Mitch Hamline: Clever Pickup Artist

Today, I ran across this article, where former Hamline dean George Latimer celebrates the merger of Mitchell and Hamline with relevant, touching lines such as this:
...[The dean] has stellar credentials: bachelor’s and master’s degrees from Columbia, and a J.D. magna cum laude from Harvard (a law school I’ve always respected for being the only one to reject my application, many years ago).
Ignoring the total non-contradiction of praising a school like Mitchell Hamline in the same piece one gags on the gilded totem pole of prestige, I greatly appreciate the author disclosing his exact place in the admissions pecking order several decades ago.  It's one thing to be a tone-deaf douchebag pontificating to generational lessers about how "both Hamline and Mitchell have strong traditions of training students for a variety of careers." But when you can deftly add a human touch...well, that's the craft of the white collar mandarin marketing editorial at its pinnacle.

And Latimer certainly knows how to finish a piece as well:
He’s got the right experience and the perfect approach for the leader of a law school in today’s world, where not every law student is dreaming of joining the partner track at a big firm.
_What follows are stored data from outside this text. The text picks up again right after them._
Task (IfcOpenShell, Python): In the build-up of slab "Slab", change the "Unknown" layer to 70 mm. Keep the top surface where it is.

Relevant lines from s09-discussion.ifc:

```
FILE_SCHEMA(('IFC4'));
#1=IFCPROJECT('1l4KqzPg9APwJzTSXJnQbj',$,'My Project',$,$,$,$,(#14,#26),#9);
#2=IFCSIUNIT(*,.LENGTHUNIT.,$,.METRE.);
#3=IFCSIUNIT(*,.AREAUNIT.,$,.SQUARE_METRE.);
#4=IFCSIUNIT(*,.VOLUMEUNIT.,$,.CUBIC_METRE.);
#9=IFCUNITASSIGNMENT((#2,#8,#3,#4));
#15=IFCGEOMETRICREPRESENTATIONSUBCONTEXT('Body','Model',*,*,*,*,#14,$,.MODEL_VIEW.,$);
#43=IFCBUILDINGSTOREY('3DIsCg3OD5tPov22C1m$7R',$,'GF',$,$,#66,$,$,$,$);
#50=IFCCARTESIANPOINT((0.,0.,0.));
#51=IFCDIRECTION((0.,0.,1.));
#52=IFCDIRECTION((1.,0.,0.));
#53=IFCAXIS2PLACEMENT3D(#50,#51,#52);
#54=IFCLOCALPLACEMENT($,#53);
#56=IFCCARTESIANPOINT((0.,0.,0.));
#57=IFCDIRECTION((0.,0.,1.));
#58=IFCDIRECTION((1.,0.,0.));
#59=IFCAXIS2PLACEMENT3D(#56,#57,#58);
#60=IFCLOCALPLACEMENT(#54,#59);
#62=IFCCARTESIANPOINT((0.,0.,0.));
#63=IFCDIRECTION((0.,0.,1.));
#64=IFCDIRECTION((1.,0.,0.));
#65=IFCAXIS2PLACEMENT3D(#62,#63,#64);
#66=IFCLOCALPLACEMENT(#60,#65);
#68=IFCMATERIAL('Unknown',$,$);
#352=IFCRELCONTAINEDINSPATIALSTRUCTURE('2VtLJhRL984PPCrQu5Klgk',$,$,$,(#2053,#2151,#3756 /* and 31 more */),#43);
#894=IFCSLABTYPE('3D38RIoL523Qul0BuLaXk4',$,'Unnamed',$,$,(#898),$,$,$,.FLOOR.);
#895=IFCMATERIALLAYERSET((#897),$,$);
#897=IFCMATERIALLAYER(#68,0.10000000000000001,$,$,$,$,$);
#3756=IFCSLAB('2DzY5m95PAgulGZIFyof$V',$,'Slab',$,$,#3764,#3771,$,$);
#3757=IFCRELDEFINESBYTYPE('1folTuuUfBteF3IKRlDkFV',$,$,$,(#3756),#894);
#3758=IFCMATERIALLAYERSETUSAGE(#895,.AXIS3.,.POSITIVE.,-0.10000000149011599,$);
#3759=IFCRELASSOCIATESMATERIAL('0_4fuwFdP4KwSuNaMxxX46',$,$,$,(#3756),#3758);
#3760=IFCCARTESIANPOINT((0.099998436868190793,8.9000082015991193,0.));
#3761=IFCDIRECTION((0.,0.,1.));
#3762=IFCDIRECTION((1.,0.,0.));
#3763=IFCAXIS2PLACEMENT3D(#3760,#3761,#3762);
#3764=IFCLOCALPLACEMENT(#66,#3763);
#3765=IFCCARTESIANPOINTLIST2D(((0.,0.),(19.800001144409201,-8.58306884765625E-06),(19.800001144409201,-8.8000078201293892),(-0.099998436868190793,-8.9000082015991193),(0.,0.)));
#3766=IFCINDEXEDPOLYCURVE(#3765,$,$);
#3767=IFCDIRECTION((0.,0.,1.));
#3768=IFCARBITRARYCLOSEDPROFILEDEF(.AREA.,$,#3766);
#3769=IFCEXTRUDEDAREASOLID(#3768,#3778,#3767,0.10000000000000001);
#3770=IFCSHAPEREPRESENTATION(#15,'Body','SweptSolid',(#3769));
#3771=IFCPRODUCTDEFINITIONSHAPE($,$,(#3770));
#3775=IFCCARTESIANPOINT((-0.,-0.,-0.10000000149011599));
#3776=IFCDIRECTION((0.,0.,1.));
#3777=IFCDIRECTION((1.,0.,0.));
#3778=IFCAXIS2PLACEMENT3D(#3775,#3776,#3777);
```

```python
import ifcopenshell
import ifcopenshell.util.element
import ifcopenshell.util.representation

model = ifcopenshell.open("s09-discussion.ifc")

layer_set = model.by_id(895)
layer = next(l for l in layer_set.MaterialLayers if l.Material and l.Material.Name == "Unknown")
change = 0.07 - layer.LayerThickness
layer.LayerThickness += change

# Geometry does not follow the layer set by itself.
slabs = [e for e in ifcopenshell.util.element.get_elements_by_material(model, layer_set) if e.is_a("IfcSlab")]
for slab in sorted(slabs, key=lambda e: e.id()):
    body = ifcopenshell.util.representation.get_representation(slab, "Model", "Body")
    solid = body.Items[0]
    old_depth = solid.Depth
    solid.Depth += change
    # Extruded upwards: lower the start of the extrusion so the top stays.
    x, y, z = solid.Position.Location.Coordinates
    solid.Position.Location = model.createIfcCartesianPoint((x, y, z - change))
    print(slab.id(), f"{old_depth:g} -> {solid.Depth:g}")

# The layers are counted up from the underside, which has moved.
for usage in {ifcopenshell.util.element.get_material(slab) for slab in slabs}:
    usage.OffsetFromReferenceLine -= change

model.write("s09-discussion_updated.ifc")
```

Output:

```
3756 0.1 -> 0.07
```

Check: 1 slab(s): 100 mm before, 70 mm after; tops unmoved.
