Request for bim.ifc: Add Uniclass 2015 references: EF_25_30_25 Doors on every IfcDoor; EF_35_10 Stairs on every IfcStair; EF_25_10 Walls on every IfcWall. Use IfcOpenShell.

First a look at what the model holds.

```python
import ifcopenshell

model = ifcopenshell.open("bim.ifc")
print(model.schema)
print("classifications:", [c.Name for c in model.by_type("IfcClassification")])
for ifc_class in ("IfcDoor", "IfcRoof", "IfcStair", "IfcWall", "IfcWindow"):
    print(ifc_class, len(model.by_type(ifc_class)))
```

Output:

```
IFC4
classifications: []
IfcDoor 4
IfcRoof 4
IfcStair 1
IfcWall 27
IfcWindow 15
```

```python
import ifcopenshell
import ifcopenshell.api.classification

model = ifcopenshell.open("bim.ifc")

system = ifcopenshell.api.classification.add_classification(model, classification="Uniclass 2015")

codes = {
    "IfcDoor": ("EF_25_30_25", "Doors"),
    "IfcStair": ("EF_35_10", "Stairs"),
    "IfcWall": ("EF_25_10", "Walls"),
}
for ifc_class, (code, name) in codes.items():
    products = model.by_type(ifc_class)
    ifcopenshell.api.classification.add_reference(
        model, products=products, classification=system, identification=code, name=name
    )
    print(code, len(products))

model.write("bim_rev.ifc")
```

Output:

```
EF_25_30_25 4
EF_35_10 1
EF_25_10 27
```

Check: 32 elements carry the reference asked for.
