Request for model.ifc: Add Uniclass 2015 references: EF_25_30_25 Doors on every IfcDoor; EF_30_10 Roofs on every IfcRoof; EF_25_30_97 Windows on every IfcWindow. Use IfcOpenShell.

First a look at what the model holds.

```python
import ifcopenshell

model = ifcopenshell.open("model.ifc")
print(model.schema)
print("classifications:", [c.Name for c in model.by_type("IfcClassification")])
for ifc_class in ("IfcDoor", "IfcRoof", "IfcStair", "IfcWall", "IfcWindow"):
    print(ifc_class, len(model.by_type(ifc_class)))
```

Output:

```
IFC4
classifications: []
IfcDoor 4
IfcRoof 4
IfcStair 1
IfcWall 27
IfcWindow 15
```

```python
import ifcopenshell
import ifcopenshell.api.classification

model = ifcopenshell.open("model.ifc")

system = ifcopenshell.api.classification.add_classification(model, classification="Uniclass 2015")

codes = {
    "IfcDoor": ("EF_25_30_25", "Doors"),
    "IfcRoof": ("EF_30_10", "Roofs"),
    "IfcWindow": ("EF_25_30_97", "Windows"),
}
for ifc_class, (code, name) in codes.items():
    products = model.by_type(ifc_class)
    ifcopenshell.api.classification.add_reference(
        model, products=products, classification=system, identification=code, name=name
    )
    print(code, len(products))

model.write("model_updated.ifc")
```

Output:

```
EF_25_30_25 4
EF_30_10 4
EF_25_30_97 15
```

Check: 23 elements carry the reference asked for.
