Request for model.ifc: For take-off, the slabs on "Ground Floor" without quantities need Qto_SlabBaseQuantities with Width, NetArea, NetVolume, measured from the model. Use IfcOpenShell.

First a look at what the model holds.

```python
import ifcopenshell
import ifcopenshell.util.element
import ifcopenshell.util.unit

model = ifcopenshell.open("model.ifc")
print(model.schema)
for unit_type in ("LENGTHUNIT", "AREAUNIT", "VOLUMEUNIT"):
    print(unit_type, ifcopenshell.util.unit.calculate_unit_scale(model, unit_type))
storey = next(s for s in model.by_type("IfcBuildingStorey") if s.Name == "Ground Floor")
slabs = [e for e in ifcopenshell.util.element.get_decomposition(storey) if e.is_a("IfcSlab")]
for e in sorted(slabs, key=lambda e: e.id()):
    print(e.id(), e.is_a(), e.Name, list(ifcopenshell.util.element.get_psets(e, qtos_only=True)), sep=" | ")
```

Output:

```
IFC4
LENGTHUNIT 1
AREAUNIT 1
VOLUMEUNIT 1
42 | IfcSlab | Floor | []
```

```python
import ifcopenshell
import ifcopenshell.api.pset
import ifcopenshell.geom
import ifcopenshell.util.element
import ifcopenshell.util.shape
import ifcopenshell.util.unit

model = ifcopenshell.open("model.ifc")
unit_scale = ifcopenshell.util.unit.calculate_unit_scale(model)
area_scale = ifcopenshell.util.unit.calculate_unit_scale(model, "AREAUNIT")
volume_scale = ifcopenshell.util.unit.calculate_unit_scale(model, "VOLUMEUNIT")
settings = ifcopenshell.geom.settings()

storey = next(s for s in model.by_type("IfcBuildingStorey") if s.Name == "Ground Floor")
slabs = [e for e in ifcopenshell.util.element.get_decomposition(storey) if e.is_a("IfcSlab")]

for e in sorted(slabs, key=lambda e: e.id()):
    if ifcopenshell.util.element.get_psets(e, qtos_only=True, should_inherit=False):
        continue
    # Geometry comes back in metres, in the element's own axes.
    shape = ifcopenshell.geom.create_shape(settings, e)
    values = {
        "Width": ifcopenshell.util.shape.get_z(shape.geometry) / unit_scale,
        "NetArea": ifcopenshell.util.shape.get_footprint_area(shape.geometry) / area_scale,
        "NetVolume": ifcopenshell.util.shape.get_volume(shape.geometry) / volume_scale,
    }
    qto = ifcopenshell.api.pset.add_qto(model, product=e, name="Qto_SlabBaseQuantities")
    ifcopenshell.api.pset.edit_qto(model, qto=qto, properties=values)
    print(e.id(), {k: round(v, 3) for k, v in values.items()})

model.write("model_v2.ifc")
```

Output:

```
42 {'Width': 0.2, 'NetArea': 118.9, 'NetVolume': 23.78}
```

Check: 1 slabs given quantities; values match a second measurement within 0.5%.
As Mark is fond of saying, “There are two reasons to go to law school. Either because you want to be a lawyer or because you don’t want to be a lawyer. If you fit into one of those categories, you should come.”
The underlined isn't just a marketing slogan.

It's a philosophy.

Let's consider it as an ethos, and a well-trod pickup line, for our latest personified cavalier, a young Lothario named, well, Mitch Hamline....

Mitch Hamline walks into a meat market bar.

MITCH:  Yo, barkeep, get me a beer.
BARTENDER: Sure thing, Mitch.  What kind?
MITCH:  Coors Light.
BARTENDER:  Coors Light?  Are you shittin' me, Mitch?  No one drinks that shit anymore.
MITCH:  Oh, I don't want to drink it.
BARTENDER:  You what?
MITCH:  No, see...there's two reasons to order a Coors Light.  Either because you want to regret your choice in alcohol or because you don't want to regret your choice in alcohol.
BARTENDER:  Well, herpa derpa, you sure are smart, Mitch!  No wonder you're a law professor thingamabob!
..............
MITCH:  Hey, mama, want to dance?
HOT CHICK:  I don't know.  I've heard some pretty shifty things about you, Mitch Hamline.  You only leave like 50% of your customers satisfied and you stick gals like me with $200k in nondischargable herpes, I mean debt.
MITCH: Fuck this.  Let me tell you what.  There's two reasons to go home with me.  Either because you want to fuck me or because you don't want to fuck me.
HOT CHICK:  Why would I go home with you if I didn't like you?
MITCH:  I'll say it again.  Listen.  It's really fucking clever.  There's two reasons to go home with me.  Either because you want to fuck me or because you don't want to fuck me.
HOT CHICK: I'm incredibly confused
MITCH:  Don't you get it?  You have a reason to go home with me either way!  And then I fuck you Mitch Hamline style!
HOT CHICK:  Uh, yeah, I'm going to go to business school or something...
...............
MITCH:  Hey, girl, come here often?
MODERATELY ATTRACTIVE CHICK:  Not really.
MITCH:  So there's two reasons to be here tonight.  Either because you want to hook up with Mitch Hamline or you don't want to hook up with Mitch Hamline.
MODERATELY ATTRACTIVE CHICK:  Who's Mitch Hamline?
MITCH:  He's a first-tier lover who can make you rich and versatile with the Mitch Hamline Premium Effect.
MODERATELY ATTRACTIVE CHICK: I'm not fully grasping...
MITCH:  Look, there's two reasons to keep talking to Mitch Hamline with an LSAT score, I mean drink, in your hand.  Either you want to be date raped, or you don't want to be date raped.
MODERATELY ATTRACTIVE CHICK:  I don't get it.  What you're saying applies to literally everybody, including people who you have no interest in, and people who have no business going home with you for your legal premium effect, and people who literally cannot go home with you.  Also, technically it applies to the people you've already fucked over and swindled.
MITCH:  Fuck this, I'm finding a woman who's got a brain.
................
MITCH:  Hey, kid, what's your sign?
LUMP-COVERED GOAT:  Bah, I got a 136 on the LSAT.
MITCH:  Holy shit, I'm buyin' you a double!  There's two reasons why you should keep drinkin' the Kool Aid with ol' Mitch and saddle up for a juris-im-prudent adventure:  either you want to be a lawyer or you don't want to be a lawyer.
LUMP-COVERED GOAT:  BAHAHAHA!  That's funny, mister!  I...Uh....I want to be a lawyer!
MITCH:  Mitch Hamline scores again.

2 comments:

  1. Very clever post. The law profs and law deans are always so witty and self-deprecating, aren't they? Of course, when teaching three courses and writing one law review article per year, they have plenty of time to develop that skill set.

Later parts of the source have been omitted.